WHAT YOU SHOULD DO:
What lines in the entries hold the string "IfcRelDeclares"? List them.

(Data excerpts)
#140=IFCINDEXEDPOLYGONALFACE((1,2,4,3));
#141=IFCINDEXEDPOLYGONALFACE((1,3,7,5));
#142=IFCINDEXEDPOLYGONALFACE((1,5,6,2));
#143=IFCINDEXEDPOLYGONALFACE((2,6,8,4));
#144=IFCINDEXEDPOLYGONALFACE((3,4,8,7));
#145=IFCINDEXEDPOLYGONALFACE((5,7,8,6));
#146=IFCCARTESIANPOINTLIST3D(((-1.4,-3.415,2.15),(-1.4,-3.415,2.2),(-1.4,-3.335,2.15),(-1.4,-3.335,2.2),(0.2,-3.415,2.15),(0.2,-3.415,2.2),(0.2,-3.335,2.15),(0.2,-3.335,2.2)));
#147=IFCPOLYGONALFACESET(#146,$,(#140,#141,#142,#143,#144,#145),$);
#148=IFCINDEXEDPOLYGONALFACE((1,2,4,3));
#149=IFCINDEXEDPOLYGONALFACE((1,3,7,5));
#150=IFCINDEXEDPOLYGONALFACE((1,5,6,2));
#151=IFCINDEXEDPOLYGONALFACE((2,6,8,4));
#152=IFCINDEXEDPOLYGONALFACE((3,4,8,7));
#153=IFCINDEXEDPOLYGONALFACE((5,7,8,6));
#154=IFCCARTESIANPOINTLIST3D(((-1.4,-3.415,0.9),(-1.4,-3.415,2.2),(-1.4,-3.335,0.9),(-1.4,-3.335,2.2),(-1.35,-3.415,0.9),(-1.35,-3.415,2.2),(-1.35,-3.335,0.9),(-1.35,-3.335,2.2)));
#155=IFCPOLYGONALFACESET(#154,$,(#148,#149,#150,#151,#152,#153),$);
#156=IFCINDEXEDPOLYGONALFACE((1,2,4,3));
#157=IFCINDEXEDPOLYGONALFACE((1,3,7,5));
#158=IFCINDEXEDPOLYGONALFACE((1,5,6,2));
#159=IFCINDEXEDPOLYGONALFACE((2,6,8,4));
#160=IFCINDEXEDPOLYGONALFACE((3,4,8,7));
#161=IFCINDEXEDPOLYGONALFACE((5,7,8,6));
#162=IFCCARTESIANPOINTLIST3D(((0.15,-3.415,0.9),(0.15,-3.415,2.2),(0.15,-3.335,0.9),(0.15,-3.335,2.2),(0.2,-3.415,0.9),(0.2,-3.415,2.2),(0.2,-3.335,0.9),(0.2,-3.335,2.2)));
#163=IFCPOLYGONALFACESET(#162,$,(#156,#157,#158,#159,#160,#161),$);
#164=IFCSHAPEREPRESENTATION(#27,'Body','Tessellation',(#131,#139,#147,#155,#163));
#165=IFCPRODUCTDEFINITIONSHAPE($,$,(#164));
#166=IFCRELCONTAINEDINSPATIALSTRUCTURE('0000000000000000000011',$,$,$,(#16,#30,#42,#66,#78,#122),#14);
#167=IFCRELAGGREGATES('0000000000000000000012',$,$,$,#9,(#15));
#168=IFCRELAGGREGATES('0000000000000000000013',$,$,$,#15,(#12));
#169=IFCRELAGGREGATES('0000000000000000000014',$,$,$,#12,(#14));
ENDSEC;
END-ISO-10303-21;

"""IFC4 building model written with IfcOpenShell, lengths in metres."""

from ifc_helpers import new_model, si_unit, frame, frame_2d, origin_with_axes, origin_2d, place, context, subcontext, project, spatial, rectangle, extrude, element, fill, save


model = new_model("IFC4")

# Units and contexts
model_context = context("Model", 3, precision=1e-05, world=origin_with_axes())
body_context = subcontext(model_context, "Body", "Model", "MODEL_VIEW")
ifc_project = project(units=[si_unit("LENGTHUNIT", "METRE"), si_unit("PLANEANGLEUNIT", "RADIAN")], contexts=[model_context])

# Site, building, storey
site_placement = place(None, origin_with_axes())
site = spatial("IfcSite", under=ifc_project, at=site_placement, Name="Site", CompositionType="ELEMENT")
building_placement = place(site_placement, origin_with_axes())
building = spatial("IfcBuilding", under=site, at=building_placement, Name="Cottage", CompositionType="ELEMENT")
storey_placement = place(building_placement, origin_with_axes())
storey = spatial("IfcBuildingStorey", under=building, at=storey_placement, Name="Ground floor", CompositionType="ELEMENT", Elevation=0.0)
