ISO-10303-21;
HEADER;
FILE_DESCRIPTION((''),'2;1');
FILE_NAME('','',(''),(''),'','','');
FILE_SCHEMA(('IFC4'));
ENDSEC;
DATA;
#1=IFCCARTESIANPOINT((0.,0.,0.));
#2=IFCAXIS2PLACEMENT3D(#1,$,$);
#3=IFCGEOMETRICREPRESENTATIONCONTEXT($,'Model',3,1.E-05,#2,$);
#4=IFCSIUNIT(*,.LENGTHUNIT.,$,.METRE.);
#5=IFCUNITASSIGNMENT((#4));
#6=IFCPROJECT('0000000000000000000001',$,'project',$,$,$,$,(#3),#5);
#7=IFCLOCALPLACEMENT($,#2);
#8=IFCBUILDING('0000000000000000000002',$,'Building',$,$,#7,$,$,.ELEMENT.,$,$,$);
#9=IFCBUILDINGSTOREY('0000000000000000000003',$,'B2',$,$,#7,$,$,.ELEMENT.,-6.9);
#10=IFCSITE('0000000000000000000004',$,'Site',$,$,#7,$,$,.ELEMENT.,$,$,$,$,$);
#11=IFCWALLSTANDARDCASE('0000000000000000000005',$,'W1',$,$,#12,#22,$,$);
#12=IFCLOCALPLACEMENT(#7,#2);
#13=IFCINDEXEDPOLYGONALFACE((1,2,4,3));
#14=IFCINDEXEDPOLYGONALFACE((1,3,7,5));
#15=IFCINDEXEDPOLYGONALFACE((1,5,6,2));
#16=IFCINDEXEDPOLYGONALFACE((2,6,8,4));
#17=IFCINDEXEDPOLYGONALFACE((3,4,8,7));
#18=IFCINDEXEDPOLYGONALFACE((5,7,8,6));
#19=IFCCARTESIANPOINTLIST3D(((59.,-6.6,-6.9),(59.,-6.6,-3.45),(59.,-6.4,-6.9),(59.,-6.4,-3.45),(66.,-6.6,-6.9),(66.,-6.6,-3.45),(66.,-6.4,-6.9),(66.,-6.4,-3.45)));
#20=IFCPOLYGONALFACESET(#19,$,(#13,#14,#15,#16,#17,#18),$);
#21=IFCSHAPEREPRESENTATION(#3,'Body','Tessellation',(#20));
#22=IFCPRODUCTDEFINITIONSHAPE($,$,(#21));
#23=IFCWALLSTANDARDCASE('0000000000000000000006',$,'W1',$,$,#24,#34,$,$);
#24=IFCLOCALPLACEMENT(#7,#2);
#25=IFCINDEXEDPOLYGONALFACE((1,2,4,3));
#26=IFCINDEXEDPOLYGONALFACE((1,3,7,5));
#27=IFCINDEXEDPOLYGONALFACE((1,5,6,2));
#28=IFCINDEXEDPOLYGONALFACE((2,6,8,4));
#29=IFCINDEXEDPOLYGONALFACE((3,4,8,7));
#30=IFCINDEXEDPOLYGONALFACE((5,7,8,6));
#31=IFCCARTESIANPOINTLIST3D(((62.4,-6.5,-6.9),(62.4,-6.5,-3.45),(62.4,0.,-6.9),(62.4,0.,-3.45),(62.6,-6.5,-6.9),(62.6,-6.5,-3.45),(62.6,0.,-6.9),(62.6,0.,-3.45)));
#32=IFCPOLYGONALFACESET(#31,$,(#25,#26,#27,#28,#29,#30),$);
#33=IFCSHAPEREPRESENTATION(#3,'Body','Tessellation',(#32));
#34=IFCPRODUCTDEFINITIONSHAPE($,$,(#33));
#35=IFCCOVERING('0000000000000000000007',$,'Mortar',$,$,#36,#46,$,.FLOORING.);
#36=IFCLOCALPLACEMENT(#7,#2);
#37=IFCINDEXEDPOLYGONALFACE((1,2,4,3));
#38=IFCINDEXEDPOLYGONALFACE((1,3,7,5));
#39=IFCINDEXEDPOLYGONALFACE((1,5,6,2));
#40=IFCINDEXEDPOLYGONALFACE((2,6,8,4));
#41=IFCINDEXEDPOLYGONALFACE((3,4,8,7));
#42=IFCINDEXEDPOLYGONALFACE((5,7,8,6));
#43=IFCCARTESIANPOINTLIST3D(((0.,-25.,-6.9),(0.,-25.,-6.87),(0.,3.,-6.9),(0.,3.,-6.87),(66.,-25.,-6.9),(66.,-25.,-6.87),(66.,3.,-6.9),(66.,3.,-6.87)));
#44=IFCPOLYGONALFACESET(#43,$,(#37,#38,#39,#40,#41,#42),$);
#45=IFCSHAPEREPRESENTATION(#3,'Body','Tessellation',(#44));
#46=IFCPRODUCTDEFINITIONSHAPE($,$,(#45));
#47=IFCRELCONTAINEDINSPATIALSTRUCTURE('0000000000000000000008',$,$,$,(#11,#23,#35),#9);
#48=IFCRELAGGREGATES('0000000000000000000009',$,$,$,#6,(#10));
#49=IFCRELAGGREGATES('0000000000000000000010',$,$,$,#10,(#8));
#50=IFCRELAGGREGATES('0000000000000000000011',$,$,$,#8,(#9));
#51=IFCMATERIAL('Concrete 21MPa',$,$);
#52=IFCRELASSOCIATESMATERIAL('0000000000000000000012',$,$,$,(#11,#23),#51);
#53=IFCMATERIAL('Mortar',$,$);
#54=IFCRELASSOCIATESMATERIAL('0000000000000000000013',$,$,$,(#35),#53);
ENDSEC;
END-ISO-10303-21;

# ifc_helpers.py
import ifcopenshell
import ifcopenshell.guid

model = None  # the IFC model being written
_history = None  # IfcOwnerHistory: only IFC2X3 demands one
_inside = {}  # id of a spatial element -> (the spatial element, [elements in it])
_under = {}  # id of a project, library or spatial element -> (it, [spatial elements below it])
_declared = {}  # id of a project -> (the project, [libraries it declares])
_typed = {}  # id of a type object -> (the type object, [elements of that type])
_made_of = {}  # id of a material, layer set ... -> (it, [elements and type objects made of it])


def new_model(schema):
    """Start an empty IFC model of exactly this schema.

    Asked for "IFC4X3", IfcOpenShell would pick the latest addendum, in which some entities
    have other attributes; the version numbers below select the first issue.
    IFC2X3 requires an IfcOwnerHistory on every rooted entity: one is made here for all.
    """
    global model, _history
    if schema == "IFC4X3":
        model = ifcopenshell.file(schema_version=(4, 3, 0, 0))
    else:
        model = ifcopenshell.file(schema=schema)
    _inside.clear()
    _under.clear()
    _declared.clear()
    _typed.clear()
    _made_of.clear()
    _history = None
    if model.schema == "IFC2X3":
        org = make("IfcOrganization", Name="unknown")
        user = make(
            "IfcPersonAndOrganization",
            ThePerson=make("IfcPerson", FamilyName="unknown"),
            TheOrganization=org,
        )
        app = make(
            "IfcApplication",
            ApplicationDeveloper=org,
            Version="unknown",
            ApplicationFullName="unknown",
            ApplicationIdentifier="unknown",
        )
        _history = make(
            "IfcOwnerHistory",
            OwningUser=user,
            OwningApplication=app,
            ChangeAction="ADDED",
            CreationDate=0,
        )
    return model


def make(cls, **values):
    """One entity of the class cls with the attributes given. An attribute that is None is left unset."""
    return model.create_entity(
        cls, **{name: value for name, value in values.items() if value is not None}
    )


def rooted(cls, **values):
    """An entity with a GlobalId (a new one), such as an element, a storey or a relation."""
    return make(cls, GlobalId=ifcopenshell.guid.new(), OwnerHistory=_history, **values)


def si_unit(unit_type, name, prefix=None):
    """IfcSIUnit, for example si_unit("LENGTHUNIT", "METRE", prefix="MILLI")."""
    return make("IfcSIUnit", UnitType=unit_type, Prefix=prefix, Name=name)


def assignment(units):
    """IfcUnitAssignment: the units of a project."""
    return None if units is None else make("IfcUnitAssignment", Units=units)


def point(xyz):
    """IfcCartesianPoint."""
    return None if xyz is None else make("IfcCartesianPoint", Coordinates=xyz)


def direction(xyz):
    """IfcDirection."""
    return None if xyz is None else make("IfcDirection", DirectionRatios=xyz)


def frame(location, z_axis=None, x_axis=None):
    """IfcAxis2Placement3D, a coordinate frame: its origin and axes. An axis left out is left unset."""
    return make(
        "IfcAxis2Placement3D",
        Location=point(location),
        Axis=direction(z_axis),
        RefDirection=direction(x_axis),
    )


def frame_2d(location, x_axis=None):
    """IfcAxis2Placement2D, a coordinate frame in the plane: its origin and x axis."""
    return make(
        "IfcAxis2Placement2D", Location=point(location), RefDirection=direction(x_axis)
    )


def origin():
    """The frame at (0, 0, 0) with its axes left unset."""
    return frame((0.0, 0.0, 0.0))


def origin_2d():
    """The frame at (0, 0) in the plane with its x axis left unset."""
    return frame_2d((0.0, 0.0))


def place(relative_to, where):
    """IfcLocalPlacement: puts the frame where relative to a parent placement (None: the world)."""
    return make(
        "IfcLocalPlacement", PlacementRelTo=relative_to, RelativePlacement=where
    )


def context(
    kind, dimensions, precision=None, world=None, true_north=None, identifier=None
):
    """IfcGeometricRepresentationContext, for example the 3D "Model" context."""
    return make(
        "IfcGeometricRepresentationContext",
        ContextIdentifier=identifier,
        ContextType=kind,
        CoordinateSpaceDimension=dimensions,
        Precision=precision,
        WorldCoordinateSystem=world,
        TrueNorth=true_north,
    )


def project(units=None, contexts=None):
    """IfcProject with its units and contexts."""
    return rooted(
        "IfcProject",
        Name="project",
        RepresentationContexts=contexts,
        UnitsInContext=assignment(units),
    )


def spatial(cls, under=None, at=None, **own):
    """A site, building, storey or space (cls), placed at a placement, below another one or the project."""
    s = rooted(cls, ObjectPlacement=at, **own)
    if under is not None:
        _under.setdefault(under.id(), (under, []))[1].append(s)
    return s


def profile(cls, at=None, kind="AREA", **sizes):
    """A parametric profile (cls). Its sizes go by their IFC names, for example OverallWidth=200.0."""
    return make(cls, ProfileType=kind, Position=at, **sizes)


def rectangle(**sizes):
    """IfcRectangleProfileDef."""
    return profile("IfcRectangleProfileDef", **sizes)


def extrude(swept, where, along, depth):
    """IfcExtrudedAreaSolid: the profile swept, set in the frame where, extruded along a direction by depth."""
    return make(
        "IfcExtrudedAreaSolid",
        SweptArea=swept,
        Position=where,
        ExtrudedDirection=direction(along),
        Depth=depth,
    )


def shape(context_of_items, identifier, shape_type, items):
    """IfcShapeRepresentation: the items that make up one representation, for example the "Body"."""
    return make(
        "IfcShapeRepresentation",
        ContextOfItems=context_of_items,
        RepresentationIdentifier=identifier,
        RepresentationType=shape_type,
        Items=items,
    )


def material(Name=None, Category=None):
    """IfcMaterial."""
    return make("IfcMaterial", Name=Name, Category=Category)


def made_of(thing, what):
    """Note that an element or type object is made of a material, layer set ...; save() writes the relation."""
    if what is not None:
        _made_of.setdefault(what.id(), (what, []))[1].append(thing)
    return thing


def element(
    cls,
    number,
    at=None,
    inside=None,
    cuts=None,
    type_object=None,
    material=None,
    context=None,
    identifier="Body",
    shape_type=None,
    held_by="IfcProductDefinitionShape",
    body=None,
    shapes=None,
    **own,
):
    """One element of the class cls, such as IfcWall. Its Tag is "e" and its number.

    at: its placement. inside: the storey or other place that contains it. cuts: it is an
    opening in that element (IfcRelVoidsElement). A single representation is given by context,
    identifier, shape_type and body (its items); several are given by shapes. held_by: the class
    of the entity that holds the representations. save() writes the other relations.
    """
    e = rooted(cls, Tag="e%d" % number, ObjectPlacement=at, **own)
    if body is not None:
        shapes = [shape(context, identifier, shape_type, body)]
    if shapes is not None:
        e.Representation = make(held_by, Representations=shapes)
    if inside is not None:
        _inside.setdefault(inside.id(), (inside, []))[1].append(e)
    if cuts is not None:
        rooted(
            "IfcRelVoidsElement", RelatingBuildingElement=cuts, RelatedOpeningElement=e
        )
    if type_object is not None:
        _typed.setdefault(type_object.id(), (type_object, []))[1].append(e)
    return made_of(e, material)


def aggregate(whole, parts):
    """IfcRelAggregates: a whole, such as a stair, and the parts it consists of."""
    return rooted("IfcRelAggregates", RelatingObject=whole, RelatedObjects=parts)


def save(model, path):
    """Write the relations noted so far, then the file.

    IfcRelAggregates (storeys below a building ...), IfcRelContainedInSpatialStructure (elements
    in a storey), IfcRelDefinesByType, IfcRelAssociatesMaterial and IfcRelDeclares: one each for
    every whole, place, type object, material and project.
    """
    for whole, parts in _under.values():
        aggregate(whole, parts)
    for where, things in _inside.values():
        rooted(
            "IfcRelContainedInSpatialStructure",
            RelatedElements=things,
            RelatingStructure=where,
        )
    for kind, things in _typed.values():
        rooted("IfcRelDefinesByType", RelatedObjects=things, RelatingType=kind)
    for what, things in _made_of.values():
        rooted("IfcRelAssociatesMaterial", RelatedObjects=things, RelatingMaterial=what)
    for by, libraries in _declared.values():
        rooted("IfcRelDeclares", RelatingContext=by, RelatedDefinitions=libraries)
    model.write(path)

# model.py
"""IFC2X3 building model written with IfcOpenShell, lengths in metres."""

from ifc_helpers import new_model, si_unit, frame, origin, origin_2d, place, context, project, spatial, rectangle, extrude, material, element, save


model = new_model("IFC2X3")

# Units and contexts
model_context = context("Model", 3, precision=1e-05, world=origin())
ifc_project = project(units=[si_unit("LENGTHUNIT", "METRE")], contexts=[model_context])

# Site, building, storey
placement = place(None, origin())
site = spatial("IfcSite", under=ifc_project, at=placement, Name="Site", CompositionType="ELEMENT")
building = spatial("IfcBuilding", under=site, at=placement, Name="Building", CompositionType="ELEMENT")
storey = spatial("IfcBuildingStorey", under=building, at=placement, Name="B2", CompositionType="ELEMENT", Elevation=-6.9)

# Shared definitions
ifc_material_1 = material(Name="Concrete 21MPa")

# Walls
wall_1_placement = place(None, frame((62.5, -6.5, -6.9)))
element("IfcWallStandardCase", 1, at=wall_1_placement, inside=storey, material=ifc_material_1, Name="W1", context=model_context, shape_type="SweptSolid", body=[
    extrude(rectangle(XDim=7.0, YDim=0.2, at=origin_2d()), origin(), (0.0, 0.0, 1.0), 3.45),
])
wall_2_placement = place(None, frame((62.5, -3.25, -6.9)))
element("IfcWallStandardCase", 2, at=wall_2_placement, inside=storey, material=ifc_material_1, Name="W1", context=model_context, shape_type="SweptSolid", body=[
    extrude(rectangle(XDim=0.2, YDim=6.5, at=origin_2d()), origin(), (0.0, 0.0, 1.0), 3.45),
])

# Covering
ifc_material_2 = material(Name="Mortar")
covering_placement = place(None, frame((33.0, -11.0, -6.9)))
element("IfcCovering", 3, at=covering_placement, inside=storey, material=ifc_material_2, Name="Mortar", PredefinedType="FLOORING", context=model_context, shape_type="SweptSolid", body=[
    extrude(rectangle(XDim=66.0, YDim=28.0, at=origin_2d()), origin(), (0.0, 0.0, 1.0), 0.03),
])

save(model, "model.ifc")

YOUR SOLUTION:
    in a storey), IfcRelDefinesByType, IfcRelAssociatesMaterial and IfcRelDeclares: one each for
        rooted("IfcRelDeclares", RelatingContext=by, RelatedDefinitions=libraries)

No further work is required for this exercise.